Task. From the records below, copy the lines that include "ローテーブル".
———
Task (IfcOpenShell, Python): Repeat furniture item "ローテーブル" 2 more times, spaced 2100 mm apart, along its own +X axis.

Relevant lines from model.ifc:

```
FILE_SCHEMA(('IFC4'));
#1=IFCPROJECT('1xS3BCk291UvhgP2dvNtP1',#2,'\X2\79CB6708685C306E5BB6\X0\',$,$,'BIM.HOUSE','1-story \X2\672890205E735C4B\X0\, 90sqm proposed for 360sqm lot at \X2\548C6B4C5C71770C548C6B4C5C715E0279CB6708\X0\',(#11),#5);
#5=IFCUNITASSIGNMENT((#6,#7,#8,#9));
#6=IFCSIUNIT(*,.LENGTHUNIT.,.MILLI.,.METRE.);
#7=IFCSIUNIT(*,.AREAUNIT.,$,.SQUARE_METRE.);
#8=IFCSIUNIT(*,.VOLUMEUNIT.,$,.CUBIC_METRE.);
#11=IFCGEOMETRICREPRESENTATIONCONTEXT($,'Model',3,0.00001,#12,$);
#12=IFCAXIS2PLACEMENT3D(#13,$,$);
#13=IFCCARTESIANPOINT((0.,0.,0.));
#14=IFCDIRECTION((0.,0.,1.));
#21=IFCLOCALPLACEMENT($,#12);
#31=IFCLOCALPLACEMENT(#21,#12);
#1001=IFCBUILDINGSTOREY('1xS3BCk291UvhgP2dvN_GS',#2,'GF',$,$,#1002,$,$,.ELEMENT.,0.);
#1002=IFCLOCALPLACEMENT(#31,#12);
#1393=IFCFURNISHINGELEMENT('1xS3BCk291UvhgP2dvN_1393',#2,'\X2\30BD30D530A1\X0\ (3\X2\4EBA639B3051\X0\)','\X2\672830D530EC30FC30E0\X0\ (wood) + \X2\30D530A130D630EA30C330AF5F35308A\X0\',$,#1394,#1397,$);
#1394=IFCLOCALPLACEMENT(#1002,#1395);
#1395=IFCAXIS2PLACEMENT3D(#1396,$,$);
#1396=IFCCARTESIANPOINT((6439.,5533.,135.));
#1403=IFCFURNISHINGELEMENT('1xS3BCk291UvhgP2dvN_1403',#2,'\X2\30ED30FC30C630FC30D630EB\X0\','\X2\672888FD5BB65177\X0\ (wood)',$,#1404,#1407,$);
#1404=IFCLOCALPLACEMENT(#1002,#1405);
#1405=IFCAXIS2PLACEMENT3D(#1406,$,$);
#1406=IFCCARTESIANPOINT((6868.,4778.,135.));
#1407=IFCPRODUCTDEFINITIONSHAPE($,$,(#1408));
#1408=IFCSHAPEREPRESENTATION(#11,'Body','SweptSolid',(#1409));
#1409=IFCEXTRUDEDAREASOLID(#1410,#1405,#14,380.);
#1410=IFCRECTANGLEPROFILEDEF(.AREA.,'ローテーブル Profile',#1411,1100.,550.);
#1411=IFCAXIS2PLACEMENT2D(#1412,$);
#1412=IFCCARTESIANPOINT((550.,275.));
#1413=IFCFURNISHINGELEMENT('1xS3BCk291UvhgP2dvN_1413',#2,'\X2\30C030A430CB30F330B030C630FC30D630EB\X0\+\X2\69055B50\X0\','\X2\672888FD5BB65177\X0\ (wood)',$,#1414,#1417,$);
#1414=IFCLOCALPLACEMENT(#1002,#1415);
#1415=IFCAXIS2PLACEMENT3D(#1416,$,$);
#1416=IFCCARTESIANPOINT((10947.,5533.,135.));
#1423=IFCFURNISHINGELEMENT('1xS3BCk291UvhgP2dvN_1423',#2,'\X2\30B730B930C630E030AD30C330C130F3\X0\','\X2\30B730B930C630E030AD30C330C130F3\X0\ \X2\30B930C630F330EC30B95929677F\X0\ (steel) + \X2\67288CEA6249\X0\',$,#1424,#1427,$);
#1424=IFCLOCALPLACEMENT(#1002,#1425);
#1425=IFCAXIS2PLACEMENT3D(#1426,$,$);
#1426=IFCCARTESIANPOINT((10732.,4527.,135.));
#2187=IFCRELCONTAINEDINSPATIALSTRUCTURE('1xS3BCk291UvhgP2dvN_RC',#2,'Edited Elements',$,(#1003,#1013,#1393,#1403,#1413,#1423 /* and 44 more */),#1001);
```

```python
import ifcopenshell
import ifcopenshell.api.geometry
import ifcopenshell.api.root
import ifcopenshell.util.element
import ifcopenshell.util.placement

model = ifcopenshell.open("model.ifc")


def reuse_history(source, copy):
    """copy_class also copies each property set's owner history, people and application; keep the originals."""
    for rel in copy.IsDefinedBy:
        if rel.is_a("IfcRelDefinesByProperties") and (history := rel.RelatingPropertyDefinition.OwnerHistory):
            rel.RelatingPropertyDefinition.OwnerHistory = source.OwnerHistory
            ifcopenshell.util.element.remove_deep2(model, history)


source = model.by_guid("1xS3BCk291UvhgP2dvN_1403")
base = ifcopenshell.util.placement.get_local_placement(source.ObjectPlacement)
step = base[:3, 0] * 2100.0

for i in range(1, 3):
    copy = ifcopenshell.api.root.copy_class(model, product=source)
    copy.Representation = ifcopenshell.util.element.copy_deep(
        model, source.Representation, exclude=["IfcGeometricRepresentationContext", "IfcRepresentationMap"]
    )
    reuse_history(source, copy)
    matrix = base.copy()
    matrix[:3, 3] += i * step
    print("added at", matrix[:3, 3].round(3) + 0.0)
    ifcopenshell.api.geometry.edit_object_placement(model, product=copy, matrix=matrix, is_si=False)

model.write("model_updated.ifc")
```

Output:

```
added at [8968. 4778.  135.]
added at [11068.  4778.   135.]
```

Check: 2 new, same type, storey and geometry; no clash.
———
Response.
Task (IfcOpenShell, Python): Repeat furniture item "ローテーブル" 2 more times, spaced 2100 mm apart, along its own +X axis.
#1410=IFCRECTANGLEPROFILEDEF(.AREA.,'ローテーブル Profile',#1411,1100.,550.);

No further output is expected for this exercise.